Statement 12: Define success criteria
Agencies must
Criterion 41: Identify, assess, and select metrics appropriate to the AI system.
Relying on a single metric could lead to false confidence, while tracking irrelevant metrics could lead to false incidents. To mitigate these risks, analyse the capabilities and limitations of each metric, select multiple complementary metrics, and implement methods to test assumptions and to find missing information.
Considerations for metrics includes:
- value-proposition metrics – benefits realisation, social outcomes, financial measures, or productivity measures
- performance metrics – precision and recall for classification models, mean absolute error for regression models, or bilingual evaluation understudy (BLEU) for text generation. This can include summarisation tasks, inception score for image generation models, or mean opinion score for audio generation
- training data metrics – data diversity and data quality related measures
- bias-related metrics – demographic parity to measure group fairness, fairness through awareness to measure individual fairness, counterfactual fairness to measure causality-based fairness
- safety metrics – likelihood of harmful outputs, adversarial robustness, or potential data leakage measures
- reliability metrics – availability, latency, mean time between failures (MTBF), mean time to failure (MTTF), or response time
- citation metrics – measures related to proper acknowledgement and references to direct content and specialised ideas
- adoption-related metrics – adoption rate, frequency of use, daily active users, session length, abandonment rate, or sentiment analysis
- human-machine teaming metrics – total time or effort taken to complete a task, reaction time when human control is needed, or number of times human intervention is needed
- qualitative measures – checking the well-being of the humans operating or using the AI system, or interviewing participants and observing them while using the AI system to identify usability issues
- drift in AI system inputs and outputs - changes in input distribution, outputs, and performance over time.

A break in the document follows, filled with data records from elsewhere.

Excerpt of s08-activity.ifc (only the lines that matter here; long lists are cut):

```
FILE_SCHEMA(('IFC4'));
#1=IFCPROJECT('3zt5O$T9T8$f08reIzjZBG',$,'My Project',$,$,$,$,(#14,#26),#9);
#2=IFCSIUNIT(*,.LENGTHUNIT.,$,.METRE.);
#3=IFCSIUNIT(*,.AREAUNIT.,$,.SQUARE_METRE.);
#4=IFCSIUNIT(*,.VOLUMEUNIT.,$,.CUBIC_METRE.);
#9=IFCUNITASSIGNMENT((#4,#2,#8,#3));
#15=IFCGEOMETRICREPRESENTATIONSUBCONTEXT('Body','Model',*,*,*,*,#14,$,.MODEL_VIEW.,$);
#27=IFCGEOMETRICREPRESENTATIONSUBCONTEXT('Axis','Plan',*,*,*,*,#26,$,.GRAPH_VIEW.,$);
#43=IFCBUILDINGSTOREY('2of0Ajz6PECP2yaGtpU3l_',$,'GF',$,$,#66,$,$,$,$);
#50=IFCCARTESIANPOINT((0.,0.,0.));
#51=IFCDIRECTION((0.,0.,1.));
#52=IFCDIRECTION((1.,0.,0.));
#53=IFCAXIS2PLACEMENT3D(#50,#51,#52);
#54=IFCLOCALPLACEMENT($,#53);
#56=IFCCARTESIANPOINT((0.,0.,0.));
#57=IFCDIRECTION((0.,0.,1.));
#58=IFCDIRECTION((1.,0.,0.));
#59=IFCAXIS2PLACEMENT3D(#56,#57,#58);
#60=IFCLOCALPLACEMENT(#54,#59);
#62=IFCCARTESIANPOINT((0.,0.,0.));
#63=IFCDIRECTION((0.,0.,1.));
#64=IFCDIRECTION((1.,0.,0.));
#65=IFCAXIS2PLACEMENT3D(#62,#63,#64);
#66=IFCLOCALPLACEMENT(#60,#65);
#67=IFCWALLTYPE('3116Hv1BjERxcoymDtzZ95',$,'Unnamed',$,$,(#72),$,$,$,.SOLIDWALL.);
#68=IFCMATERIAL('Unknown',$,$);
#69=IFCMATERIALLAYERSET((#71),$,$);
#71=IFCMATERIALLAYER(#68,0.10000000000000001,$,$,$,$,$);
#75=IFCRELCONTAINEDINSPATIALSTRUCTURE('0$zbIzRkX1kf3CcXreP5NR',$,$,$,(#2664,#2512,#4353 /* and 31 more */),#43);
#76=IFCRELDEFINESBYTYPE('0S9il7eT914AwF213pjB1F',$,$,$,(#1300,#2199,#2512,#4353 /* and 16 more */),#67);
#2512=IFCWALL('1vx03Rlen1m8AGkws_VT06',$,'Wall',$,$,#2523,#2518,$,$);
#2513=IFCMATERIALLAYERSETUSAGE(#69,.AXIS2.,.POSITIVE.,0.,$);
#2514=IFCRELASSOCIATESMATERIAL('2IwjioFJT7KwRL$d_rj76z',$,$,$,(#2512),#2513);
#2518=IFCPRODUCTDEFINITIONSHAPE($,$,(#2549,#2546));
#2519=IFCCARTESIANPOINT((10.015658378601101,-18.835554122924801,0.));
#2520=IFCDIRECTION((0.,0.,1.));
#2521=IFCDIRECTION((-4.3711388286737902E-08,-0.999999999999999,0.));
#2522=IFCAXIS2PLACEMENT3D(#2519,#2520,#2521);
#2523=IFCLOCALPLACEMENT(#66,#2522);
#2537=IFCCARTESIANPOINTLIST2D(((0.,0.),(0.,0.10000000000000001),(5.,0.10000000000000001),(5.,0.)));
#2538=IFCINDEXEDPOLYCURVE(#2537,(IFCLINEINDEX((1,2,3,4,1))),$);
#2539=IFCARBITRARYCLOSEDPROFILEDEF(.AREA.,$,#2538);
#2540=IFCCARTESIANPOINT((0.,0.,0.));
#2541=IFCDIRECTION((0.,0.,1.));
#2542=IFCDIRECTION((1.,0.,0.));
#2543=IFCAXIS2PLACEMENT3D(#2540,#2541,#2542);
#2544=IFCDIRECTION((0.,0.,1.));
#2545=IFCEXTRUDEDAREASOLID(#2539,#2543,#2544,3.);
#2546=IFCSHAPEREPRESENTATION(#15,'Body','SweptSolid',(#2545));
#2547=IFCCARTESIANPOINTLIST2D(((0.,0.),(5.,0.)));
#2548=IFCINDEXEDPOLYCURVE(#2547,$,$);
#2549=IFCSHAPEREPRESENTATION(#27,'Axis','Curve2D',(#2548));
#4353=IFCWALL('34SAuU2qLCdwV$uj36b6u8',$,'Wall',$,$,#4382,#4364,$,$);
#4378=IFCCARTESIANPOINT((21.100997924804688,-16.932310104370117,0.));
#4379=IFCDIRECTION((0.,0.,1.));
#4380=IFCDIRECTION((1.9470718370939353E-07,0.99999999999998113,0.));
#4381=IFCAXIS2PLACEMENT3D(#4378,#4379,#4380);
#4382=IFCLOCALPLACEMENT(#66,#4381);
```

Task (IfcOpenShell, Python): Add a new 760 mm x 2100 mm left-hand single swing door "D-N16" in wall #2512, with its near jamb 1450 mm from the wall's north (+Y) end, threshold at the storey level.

```python
import numpy as np
import ifcopenshell
import ifcopenshell.api.feature
import ifcopenshell.api.geometry
import ifcopenshell.api.root
import ifcopenshell.api.spatial
import ifcopenshell.geom
import ifcopenshell.util.element
import ifcopenshell.util.placement
import ifcopenshell.util.representation
import ifcopenshell.util.shape
import ifcopenshell.util.unit

model = ifcopenshell.open("s08-activity.ifc")
unit_scale = ifcopenshell.util.unit.calculate_unit_scale(model)
settings = ifcopenshell.geom.settings()


def volume(element):
    """Net volume in cubic metres, openings subtracted."""
    shape = ifcopenshell.geom.create_shape(settings, element)
    return ifcopenshell.util.shape.get_volume(shape.geometry)


wall = model.by_guid("1vx03Rlen1m8AGkws_VT06")
storey = ifcopenshell.util.element.get_container(wall, ifc_class="IfcBuildingStorey")
context = ifcopenshell.util.representation.get_context(model, "Model", "Body", "MODEL_VIEW")
before = volume(wall)

width, height, from_end, sill = 0.76, 2.1, 1.45, 0.0  # metres

# The wall runs along its own X axis, and the end named is its -X end.
wall_shape = ifcopenshell.geom.create_shape(settings, wall)
x, y, z = ifcopenshell.util.shape.get_vertices(wall_shape.geometry).T
start = x.min() + from_end
face, thickness = float(y.min()), float(y.max() - y.min())
wall_matrix = ifcopenshell.util.placement.get_local_placement(wall.ObjectPlacement)
level = ifcopenshell.util.placement.get_local_placement(storey.ObjectPlacement)[2, 3]


def in_wall(x, y):
    """Placement at x, y metres in the wall's axes, at sill height."""
    matrix = wall_matrix.copy()
    matrix[:, 3] = wall_matrix @ np.array([x / unit_scale, y / unit_scale, 0.0, 1.0])
    matrix[2, 3] = level + sill / unit_scale
    return matrix


# Opening: a box that overshoots both wall faces by 50 mm.
opening = ifcopenshell.api.root.create_entity(model, ifc_class="IfcOpeningElement", predefined_type="OPENING")
box = ifcopenshell.api.geometry.add_wall_representation(
    model, context=context, length=width, height=height, thickness=thickness + 0.1
)
ifcopenshell.api.geometry.assign_representation(model, product=opening, representation=box)
ifcopenshell.api.geometry.edit_object_placement(model, product=opening, matrix=in_wall(start, face - 0.05), is_si=False)
ifcopenshell.api.feature.add_feature(model, feature=opening, element=wall)

door = ifcopenshell.api.root.create_entity(model, ifc_class="IfcDoor", name="D-N16", predefined_type="DOOR")
door.OverallWidth, door.OverallHeight = width / unit_scale, height / unit_scale
door.OperationType = "SINGLE_SWING_LEFT"
body = ifcopenshell.api.geometry.add_door_representation(
    model,
    context=context,
    overall_width=door.OverallWidth,
    overall_height=door.OverallHeight,
    operation_type="SINGLE_SWING_LEFT",
    lining_properties={"LiningDepth": thickness / unit_scale, "ThresholdDepth": thickness / unit_scale},
)
ifcopenshell.api.geometry.assign_representation(model, product=door, representation=body)
ifcopenshell.api.spatial.assign_container(model, products=[door], relating_structure=storey)
ifcopenshell.api.feature.add_filling(model, opening=opening, element=door)

# The lining spans the wall, so the door starts at the wall face.
ifcopenshell.api.geometry.edit_object_placement(model, product=door, matrix=in_wall(start, face), is_si=False)

after = volume(wall)

print(f"wall volume {before:.3f} -> {after:.3f} m3")

model.write("s08-activity-out.ifc")
```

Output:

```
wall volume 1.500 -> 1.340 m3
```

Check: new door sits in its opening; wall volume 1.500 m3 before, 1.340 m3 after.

After metrics have been identified, understand and assess the trade-offs between the metrics.
This includes:
- assessing trade-offs between different success criteria
- determining the possible harms with incorrect output, such as a false positive or false negative
- analysing how the output of the AI system could be used. For example, determine which instance would have greater consequences: a false negative that would fail to detect a cyberattack; or a false positive that incorrectly flags a legitimate user as a threat
- assessing the trade-offs among the performance metrics
- understanding the trade-offs with costs, explainability, reliability, and safety
- understanding the limitations of the selected metric and ensure measures are considered when building the AI system, such as selecting data and training methods
- trade-offs are documented, understood by stakeholders, and accounted for in selecting AI models and systems
- optimising the metrics appropriate to the use case.
Agencies should
- Criterion 42: Reevaluate the selection of appropriate success metrics as the AI system moves through the AI lifecycle.
Criterion 43: Continuously verify correctness of the metrics.
Before relying on the metrics, verify the following:
- metrics are accurately reflected when the AI system does not have enough information
- metrics correctly reflect errors, failures, and successful task performance.